ПОЧЕМУ ЮЖНАЯ ОСЕТИЯ НЕ ЧЕЧНЯ?

ПОЧЕМУ ЮЖНАЯ ОСЕТИЯ НЕ ЧЕЧНЯ?

Сергей МАРКЕДОНОВ — зав. отделом проблем межнациональных отношений Института политического и военного анализа.

После формально-правового признания Россией независимости Абхазии и Южной Осетии снова оживились дискуссии о параллелях между этнополитическим самоопределением двух бывших грузинских автономий и Чечни. Практически сразу же после выхода указа президента Дмитрия Медведева американский сенатор Джон Маккейн заявил, что странам Запада следует подумать над признанием Чечни и республик Северного Кавказа. Впрочем, идея кандидата от республиканцев на предстоящих президентских выборах не нова. Еще в прошлом году не потенциальный претендент на президентский пост, а чиновник Государственного департамента Мэттью Брайза говорил схожие мысли. Если Россия признает Абхазию и Южную Осетию, то ее ждет всплеск сепаратизма в северокавказских республиках, включая и Северную Осетию. Вероятно, этот государственный муж включил Северную Осетию просто для количества и для производства впечатления на публику. Скорее всего, в случае с Маккейном и Брайзой мы имеем дело с политической риторикой, которую не следует отождествлять с реальной политикой…
В одном случае кандидат-республиканец пытается продемонстрировать свою жесткость и непримиримость к любому государству, которое угрожает союзникам США (помимо всякой риторики следует признать, что грузинские солдаты действительно помогали Штатам в Ираке и в Косово). В другой ситуации официальный муж делает жесткое предупреждение оппоненту о возможных последствиях.

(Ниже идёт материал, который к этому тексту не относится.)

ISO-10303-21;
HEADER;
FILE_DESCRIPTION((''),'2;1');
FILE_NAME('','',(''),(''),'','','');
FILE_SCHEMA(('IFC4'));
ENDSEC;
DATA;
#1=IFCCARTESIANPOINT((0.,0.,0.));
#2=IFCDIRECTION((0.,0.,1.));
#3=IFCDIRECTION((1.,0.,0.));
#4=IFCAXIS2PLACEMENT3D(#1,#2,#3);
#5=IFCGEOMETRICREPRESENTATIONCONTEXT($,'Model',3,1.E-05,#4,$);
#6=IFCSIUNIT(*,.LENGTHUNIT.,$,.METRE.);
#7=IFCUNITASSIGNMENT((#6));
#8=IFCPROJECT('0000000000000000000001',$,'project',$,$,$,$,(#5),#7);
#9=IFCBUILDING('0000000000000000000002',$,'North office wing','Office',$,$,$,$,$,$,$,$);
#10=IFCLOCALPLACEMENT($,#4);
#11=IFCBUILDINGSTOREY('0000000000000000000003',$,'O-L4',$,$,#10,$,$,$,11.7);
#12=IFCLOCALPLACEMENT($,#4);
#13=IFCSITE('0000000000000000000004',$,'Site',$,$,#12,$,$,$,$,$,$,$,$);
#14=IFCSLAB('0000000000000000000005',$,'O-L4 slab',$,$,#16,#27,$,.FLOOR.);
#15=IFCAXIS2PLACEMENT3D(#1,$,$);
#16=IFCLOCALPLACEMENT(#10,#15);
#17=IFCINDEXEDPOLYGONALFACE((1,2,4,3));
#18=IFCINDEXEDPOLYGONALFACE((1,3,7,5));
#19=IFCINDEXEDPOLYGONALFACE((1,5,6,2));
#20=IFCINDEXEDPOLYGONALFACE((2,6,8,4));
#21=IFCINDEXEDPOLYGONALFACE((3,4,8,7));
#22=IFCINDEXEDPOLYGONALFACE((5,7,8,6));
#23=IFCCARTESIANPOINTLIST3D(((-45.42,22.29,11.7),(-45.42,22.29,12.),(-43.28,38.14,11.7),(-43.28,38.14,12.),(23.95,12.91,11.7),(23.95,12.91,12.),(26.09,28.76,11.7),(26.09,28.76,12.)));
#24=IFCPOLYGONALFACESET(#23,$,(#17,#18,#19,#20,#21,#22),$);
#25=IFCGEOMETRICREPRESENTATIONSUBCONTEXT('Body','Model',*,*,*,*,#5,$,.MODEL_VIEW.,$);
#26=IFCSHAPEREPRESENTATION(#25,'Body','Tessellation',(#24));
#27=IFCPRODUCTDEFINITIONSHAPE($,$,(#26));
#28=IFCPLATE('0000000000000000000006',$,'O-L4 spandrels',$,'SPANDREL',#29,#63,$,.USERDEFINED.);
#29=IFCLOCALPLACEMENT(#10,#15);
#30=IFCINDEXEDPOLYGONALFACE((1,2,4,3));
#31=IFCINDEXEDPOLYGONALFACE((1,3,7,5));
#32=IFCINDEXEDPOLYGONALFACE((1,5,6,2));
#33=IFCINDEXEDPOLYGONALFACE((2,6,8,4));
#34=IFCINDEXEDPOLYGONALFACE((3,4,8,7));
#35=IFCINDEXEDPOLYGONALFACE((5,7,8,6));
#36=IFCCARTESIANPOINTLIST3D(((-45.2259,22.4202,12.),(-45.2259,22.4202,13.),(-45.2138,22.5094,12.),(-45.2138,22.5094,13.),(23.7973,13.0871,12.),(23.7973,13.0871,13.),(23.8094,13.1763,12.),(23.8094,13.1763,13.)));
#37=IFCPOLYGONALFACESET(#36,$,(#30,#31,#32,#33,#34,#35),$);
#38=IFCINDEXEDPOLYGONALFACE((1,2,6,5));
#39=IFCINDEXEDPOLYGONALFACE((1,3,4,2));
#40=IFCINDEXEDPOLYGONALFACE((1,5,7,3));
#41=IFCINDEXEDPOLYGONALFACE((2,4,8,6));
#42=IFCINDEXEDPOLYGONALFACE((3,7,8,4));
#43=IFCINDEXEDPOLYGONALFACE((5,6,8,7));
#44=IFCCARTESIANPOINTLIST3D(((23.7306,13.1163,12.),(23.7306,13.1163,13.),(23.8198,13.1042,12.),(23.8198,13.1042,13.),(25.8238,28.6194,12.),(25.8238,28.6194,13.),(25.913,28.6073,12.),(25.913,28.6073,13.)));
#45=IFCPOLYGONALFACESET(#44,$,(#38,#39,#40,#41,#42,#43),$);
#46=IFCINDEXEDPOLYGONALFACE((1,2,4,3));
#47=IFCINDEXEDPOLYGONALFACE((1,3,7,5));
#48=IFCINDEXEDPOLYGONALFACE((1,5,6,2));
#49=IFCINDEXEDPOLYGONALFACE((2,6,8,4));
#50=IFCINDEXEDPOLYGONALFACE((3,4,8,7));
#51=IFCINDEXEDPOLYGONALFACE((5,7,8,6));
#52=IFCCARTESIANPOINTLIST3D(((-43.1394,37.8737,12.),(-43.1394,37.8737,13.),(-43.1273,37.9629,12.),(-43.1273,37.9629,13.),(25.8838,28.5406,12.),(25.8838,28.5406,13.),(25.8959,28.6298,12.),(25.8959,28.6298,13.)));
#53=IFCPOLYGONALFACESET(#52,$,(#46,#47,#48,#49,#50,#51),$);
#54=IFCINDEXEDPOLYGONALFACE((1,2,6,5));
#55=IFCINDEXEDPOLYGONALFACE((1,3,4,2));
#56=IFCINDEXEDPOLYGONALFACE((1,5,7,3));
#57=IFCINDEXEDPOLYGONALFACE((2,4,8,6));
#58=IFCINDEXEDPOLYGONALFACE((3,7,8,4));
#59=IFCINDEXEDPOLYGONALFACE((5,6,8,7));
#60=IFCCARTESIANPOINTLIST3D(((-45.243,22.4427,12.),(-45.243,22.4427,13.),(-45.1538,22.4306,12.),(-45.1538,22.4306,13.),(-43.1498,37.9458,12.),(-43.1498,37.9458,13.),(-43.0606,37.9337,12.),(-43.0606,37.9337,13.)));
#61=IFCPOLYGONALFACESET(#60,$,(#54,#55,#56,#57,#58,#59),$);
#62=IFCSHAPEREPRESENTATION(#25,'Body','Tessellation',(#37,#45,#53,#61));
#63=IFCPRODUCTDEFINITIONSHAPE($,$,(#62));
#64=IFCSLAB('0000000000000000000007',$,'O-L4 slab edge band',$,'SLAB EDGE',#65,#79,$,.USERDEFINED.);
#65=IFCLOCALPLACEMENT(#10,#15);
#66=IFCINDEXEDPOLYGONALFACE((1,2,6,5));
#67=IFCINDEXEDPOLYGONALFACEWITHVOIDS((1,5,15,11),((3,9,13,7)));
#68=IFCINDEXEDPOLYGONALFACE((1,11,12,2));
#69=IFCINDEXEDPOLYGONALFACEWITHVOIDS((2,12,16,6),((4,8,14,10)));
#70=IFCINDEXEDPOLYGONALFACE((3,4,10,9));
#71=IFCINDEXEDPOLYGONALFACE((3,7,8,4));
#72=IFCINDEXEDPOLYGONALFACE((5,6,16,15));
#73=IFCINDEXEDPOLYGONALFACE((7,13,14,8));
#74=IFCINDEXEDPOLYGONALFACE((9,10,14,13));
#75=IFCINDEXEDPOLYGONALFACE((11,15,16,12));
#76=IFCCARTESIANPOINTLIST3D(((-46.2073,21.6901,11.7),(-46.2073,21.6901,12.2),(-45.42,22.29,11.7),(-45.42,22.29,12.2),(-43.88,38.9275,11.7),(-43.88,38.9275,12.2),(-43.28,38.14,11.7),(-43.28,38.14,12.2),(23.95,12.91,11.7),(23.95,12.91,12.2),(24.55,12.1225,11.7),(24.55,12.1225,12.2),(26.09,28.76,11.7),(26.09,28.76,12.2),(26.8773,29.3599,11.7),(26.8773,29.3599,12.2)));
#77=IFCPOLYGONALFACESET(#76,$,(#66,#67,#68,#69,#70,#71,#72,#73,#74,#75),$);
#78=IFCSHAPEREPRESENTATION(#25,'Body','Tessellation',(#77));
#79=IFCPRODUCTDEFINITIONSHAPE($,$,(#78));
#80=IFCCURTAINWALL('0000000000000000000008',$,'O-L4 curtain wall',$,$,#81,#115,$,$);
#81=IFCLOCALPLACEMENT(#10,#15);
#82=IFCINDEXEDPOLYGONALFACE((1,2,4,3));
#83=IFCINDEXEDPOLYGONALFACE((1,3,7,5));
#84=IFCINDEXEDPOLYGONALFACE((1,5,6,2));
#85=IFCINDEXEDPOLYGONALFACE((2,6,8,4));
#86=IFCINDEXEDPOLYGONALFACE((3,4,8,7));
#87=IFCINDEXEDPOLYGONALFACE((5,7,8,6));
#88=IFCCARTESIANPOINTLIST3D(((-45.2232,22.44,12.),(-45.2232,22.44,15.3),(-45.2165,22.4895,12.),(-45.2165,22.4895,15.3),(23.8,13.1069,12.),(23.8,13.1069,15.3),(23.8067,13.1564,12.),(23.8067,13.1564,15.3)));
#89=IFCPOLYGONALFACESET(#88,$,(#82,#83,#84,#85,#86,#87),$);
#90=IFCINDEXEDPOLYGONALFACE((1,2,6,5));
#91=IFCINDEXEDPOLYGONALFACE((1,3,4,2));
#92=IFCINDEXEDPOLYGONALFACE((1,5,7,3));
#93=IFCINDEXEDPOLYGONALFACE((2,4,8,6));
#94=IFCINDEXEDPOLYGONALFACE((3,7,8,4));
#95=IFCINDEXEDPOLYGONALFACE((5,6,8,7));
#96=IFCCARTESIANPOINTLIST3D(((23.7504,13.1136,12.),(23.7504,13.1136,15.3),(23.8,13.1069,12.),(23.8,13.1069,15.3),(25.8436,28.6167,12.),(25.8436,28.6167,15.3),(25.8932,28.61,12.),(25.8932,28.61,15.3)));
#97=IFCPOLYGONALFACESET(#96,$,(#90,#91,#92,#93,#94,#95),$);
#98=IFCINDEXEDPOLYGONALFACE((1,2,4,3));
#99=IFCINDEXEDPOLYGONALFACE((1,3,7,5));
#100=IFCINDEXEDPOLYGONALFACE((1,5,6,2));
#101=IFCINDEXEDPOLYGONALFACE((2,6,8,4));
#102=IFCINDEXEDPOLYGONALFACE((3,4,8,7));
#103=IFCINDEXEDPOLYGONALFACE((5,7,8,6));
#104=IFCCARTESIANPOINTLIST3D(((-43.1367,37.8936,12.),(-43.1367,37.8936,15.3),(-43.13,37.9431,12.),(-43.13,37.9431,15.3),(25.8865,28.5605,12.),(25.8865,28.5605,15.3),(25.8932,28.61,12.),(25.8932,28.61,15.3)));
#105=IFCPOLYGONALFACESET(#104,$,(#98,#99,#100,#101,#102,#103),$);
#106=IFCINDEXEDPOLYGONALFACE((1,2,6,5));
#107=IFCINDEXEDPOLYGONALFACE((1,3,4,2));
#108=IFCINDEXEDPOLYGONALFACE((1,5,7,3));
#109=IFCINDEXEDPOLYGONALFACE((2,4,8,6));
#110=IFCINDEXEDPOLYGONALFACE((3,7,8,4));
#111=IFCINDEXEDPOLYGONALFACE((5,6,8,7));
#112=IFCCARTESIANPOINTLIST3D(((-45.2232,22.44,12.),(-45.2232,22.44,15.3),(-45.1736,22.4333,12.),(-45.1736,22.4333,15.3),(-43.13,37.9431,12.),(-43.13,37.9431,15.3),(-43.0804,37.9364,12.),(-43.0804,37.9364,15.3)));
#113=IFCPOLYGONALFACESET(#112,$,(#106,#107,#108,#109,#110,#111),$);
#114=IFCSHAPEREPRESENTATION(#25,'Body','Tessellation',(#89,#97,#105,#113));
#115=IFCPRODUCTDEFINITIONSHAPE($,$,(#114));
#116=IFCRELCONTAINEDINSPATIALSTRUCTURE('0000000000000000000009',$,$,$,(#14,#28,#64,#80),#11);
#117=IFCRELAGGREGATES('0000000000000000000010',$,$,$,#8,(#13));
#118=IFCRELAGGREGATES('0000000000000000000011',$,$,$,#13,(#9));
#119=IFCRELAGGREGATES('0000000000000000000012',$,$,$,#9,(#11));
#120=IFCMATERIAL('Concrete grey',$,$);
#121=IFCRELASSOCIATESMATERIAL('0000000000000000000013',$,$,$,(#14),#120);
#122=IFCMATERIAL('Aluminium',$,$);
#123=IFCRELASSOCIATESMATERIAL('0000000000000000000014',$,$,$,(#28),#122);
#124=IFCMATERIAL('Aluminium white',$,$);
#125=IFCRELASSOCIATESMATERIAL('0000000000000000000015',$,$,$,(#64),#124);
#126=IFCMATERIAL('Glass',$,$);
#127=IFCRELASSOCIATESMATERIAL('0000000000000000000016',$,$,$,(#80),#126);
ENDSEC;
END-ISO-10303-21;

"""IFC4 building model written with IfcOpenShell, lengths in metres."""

from ifc_helpers import new_model, si_unit, frame, origin_with_axes, place, context, subcontext, project, spatial, polyline, outline, extrude, material, element, save


model = new_model("IFC4")

# Units and contexts
model_context = context("Model", 3, precision=1e-05, world=origin_with_axes())
body_context = subcontext(model_context, "Body", "Model", "MODEL_VIEW")
ifc_project = project(units=[si_unit("LENGTHUNIT", "METRE")], contexts=[model_context])

# Site, building, storey
site_placement = place(None, origin_with_axes())
site = spatial("IfcSite", under=ifc_project, at=site_placement, Name="Site")
building = spatial("IfcBuilding", under=site, Name="North office wing", Description="Office")
storey_placement = place(None, origin_with_axes())
storey = spatial("IfcBuildingStorey", under=building, at=storey_placement, Name="O-L4", Elevation=11.7)

# Shared definitions
ifc_material_1 = material(Name="Aluminium")

# Slab
ifc_material_2 = material(Name="Concrete grey")
slab_1_placement = place(storey_placement, origin_with_axes())
element("IfcSlab", 1, at=slab_1_placement, inside=storey, material=ifc_material_2, Name="O-L4 slab", PredefinedType="FLOOR", context=body_context, shape_type="SweptSolid", body=[
    extrude(outline(polyline([(-45.42, 22.29), (23.95, 12.91), (26.09, 28.76), (-43.28, 38.14), (-45.42, 22.29)])), frame((0.0, 0.0, 11.7), z_axis=(0.0, 0.0, 1.0), x_axis=(1.0, 0.0, 0.0)), (0.0, 0.0, 1.0), 0.3),
])

# Plate
plate_placement = place(storey_placement, origin_with_axes())
element("IfcPlate", 2, at=plate_placement, inside=storey, material=ifc_material_1, Name="O-L4 spandrels", ObjectType="SPANDREL", PredefinedType="USERDEFINED", context=body_context, shape_type="SweptSolid", body=[
    extrude(outline(polyline([(-45.2259, 22.4202), (23.7973, 13.0871), (23.8094, 13.1763), (-45.2138, 22.5094), (-45.2259, 22.4202)])), frame((0.0, 0.0, 12.0), z_axis=(0.0, 0.0, 1.0), x_axis=(1.0, 0.0, 0.0)), (0.0, 0.0, 1.0), 1.0),
    extrude(outline(polyline([(23.8198, 13.1042), (25.913, 28.6073), (25.8238, 28.6194), (23.7306, 13.1163), (23.8198, 13.1042)])), frame((0.0, 0.0, 12.0), z_axis=(0.0, 0.0, 1.0), x_axis=(1.0, 0.0, 0.0)), (0.0, 0.0, 1.0), 1.0),
    extrude(outline(polyline([(25.8959, 28.6298), (-43.1273, 37.9629), (-43.1394, 37.8737), (25.8838, 28.5406), (25.8959, 28.6298)])), frame((0.0, 0.0, 12.0), z_axis=(0.0, 0.0, 1.0), x_axis=(1.0, 0.0, 0.0)), (0.0, 0.0, 1.0), 1.0),
    extrude(outline(polyline([(-43.1498, 37.9458), (-45.243, 22.4427), (-45.1538, 22.4306), (-43.0606, 37.9337), (-43.1498, 37.9458)])), frame((0.0, 0.0, 12.0), z_axis=(0.0, 0.0, 1.0), x_axis=(1.0, 0.0, 0.0)), (0.0, 0.0, 1.0), 1.0),
])

# Slab
ifc_material_3 = material(Name="Aluminium white")
slab_2_placement = place(storey_placement, origin_with_axes())
element("IfcSlab", 3, at=slab_2_placement, inside=storey, material=ifc_material_3, Name="O-L4 slab edge band", ObjectType="SLAB EDGE", PredefinedType="USERDEFINED", context=body_context, shape_type="SweptSolid", body=[
    extrude(outline(polyline([(-46.2073, 21.6901), (24.55, 12.1225), (26.8773, 29.3599), (-43.88, 38.9275), (-46.2073, 21.6901)]), holes=[polyline([(-45.42, 22.29), (23.95, 12.91), (26.09, 28.76), (-43.28, 38.14), (-45.42, 22.29)])]), frame((0.0, 0.0, 11.7), z_axis=(0.0, 0.0, 1.0), x_axis=(1.0, 0.0, 0.0)), (0.0, 0.0, 1.0), 0.5),
])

В реальности же отношение США к «чеченской теме» всегда зависело от внешнеполитической конъюнктуры. Вашингтон был заинтересован в победе Бориса Ельцина и в поражении Геннадия Зюганова в 1996 году. Поэтому тогдашний президент Билл Клинтон мог считать обоснованным параллели между борьбой Авраама Линкольна с сецессией Конфедерации Южных Штатов и российской операцией по «восстановлению конституционного порядка». В 1999-2000 гг. Москва заняла непримиримую позицию по Косово и Штаты вкупе с союзниками стали считать, что Кремль применил силу «непропорционально». В сентябре 2001 года, став на время партнерами по антитеррористической коалиции, США и Россия нашли понимание и по «чеченскому вопросу» и право Москвы на использование силы было одобрено Вашингтоном. Следует предположить, что в том случае, если прагматизм возьмет верх и Афганистан (вкупе с другими важными проблемами глобальной политики) перевесит политическую цену от поддержки Грузии, Штаты также сдадут в архив «сравнительный анализ Чечни и Южной Осетии».

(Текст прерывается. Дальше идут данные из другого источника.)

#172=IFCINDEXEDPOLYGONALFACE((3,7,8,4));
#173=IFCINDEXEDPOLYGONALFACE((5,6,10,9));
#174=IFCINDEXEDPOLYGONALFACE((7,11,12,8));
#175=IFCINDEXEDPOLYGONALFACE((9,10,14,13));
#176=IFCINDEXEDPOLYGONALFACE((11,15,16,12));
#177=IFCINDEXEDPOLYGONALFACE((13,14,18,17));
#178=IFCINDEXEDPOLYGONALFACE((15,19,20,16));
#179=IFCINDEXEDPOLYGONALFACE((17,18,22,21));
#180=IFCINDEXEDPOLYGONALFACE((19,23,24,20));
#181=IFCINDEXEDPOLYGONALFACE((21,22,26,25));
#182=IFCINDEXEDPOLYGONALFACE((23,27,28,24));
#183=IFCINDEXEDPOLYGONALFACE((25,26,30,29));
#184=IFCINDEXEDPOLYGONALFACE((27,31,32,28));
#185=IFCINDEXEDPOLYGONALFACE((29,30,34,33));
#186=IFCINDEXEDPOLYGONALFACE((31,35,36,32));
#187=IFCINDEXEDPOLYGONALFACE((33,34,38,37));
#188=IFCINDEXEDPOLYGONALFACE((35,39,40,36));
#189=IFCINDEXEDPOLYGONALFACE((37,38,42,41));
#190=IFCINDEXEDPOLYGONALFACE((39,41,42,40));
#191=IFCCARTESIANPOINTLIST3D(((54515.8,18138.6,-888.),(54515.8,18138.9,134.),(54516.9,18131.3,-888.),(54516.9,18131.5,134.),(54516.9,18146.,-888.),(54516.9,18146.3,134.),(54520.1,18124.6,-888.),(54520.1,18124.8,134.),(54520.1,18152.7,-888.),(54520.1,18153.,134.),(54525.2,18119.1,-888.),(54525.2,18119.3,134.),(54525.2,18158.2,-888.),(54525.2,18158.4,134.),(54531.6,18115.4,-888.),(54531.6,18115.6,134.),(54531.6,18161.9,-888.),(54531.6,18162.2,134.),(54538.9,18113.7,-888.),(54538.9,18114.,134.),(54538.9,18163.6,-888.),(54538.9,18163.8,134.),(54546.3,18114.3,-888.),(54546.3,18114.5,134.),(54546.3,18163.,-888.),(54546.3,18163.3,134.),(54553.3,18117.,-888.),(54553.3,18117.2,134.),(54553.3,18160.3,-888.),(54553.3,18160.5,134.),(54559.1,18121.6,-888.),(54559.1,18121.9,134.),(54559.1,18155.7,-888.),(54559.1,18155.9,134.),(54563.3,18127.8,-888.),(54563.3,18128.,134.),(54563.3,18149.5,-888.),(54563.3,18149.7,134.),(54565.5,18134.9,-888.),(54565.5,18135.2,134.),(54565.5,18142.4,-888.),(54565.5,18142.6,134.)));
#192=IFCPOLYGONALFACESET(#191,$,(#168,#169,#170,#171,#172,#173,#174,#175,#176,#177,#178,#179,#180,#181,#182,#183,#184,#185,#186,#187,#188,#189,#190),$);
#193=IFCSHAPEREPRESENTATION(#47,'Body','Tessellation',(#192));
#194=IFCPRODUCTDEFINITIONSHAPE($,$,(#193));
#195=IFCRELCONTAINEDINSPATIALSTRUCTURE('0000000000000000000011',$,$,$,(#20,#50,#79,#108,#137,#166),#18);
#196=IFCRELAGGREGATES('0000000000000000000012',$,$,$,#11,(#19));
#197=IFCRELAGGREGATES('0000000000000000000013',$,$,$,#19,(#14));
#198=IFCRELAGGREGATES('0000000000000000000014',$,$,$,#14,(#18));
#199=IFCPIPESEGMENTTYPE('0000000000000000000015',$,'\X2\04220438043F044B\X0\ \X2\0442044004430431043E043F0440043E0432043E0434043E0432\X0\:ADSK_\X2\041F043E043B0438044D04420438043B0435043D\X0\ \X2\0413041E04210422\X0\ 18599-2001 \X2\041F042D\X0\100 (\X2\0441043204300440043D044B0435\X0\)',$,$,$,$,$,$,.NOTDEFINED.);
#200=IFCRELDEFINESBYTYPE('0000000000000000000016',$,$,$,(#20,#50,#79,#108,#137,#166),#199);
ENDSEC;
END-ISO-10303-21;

Но сегодня политическая компаративистика оказывается востребованной. В этой ситуации абсолютно бессмысленная с академической точки зрения дискуссия о том, кто имел, а кто не имел морального права на самоопределение и признание той или иной отколовшейся республики, будет время от времени оживляться. В этой связи следует определить несколько принципиально важных моментов.
Во-первых, в принятии решений о признании (непризнании) моральные соображения не играют сколько-нибудь существенной роли. Про эти соображения потом говорят пропагандисты, искусственно завышая свои потери, находя в истории «тысячелетний опыт» борьбы занижая потери противника, изображая его в качестве злобного и примитивного агрессора. Писали же в середине 1990-х гг. про пятисотлетний конфликт России и Чечни притом, что Российская империя пришла на Кавказ только в конце 18 века, когда и случилось восстание шейха Мансура. В реальности же политики и дипломаты не ищут каких-то стандартов, они решают конкретное геополитическое уравнение. В 1974 году Турция оказала военную помощь туркам-киприотам, а в 2008 году признала Косово. При этом курдское движение внутри страны и за ее пределами (Иракский Курдистан) жестко подавляется, что не мешает Анкаре претендовать на вступление в «единую Европу», куда она будет принята, как только экономические и политические издержки от ее «изоляции» будут слишком обременительными для Парижа, Брюсселя и Берлина. То же самое касается и Чечни с Абхазией и Южной Осетией. Если бы две бывшие грузинские автономии располагались не в непосредственной близости от российского Северного Кавказа (как, например, Приднестровье), то и отношение к ним со стороны России было бы иным. И Чечня начала 1990-х гг., и две бывшие непризнанные республики в одинаковой степени влияли на этнополитическую ситуацию на Северном Кавказе. В одном случае для минимизации рисков требовалась борьба с сепаратизмом, а в другом — его поощрение. Просто в разных случаях Москва обращалась к разным инструментам. Не станет же маляр для покраски стен использовать рубанок, а плотник для обработки деревянной поверхности применять кисточку и краски. Однако и тот, и другой мастер, работают на высокое качество квартиры. Кавказская квартира России также требовала применения разных инструментов в конкретных исторических контекстах и политических обстоятельствах.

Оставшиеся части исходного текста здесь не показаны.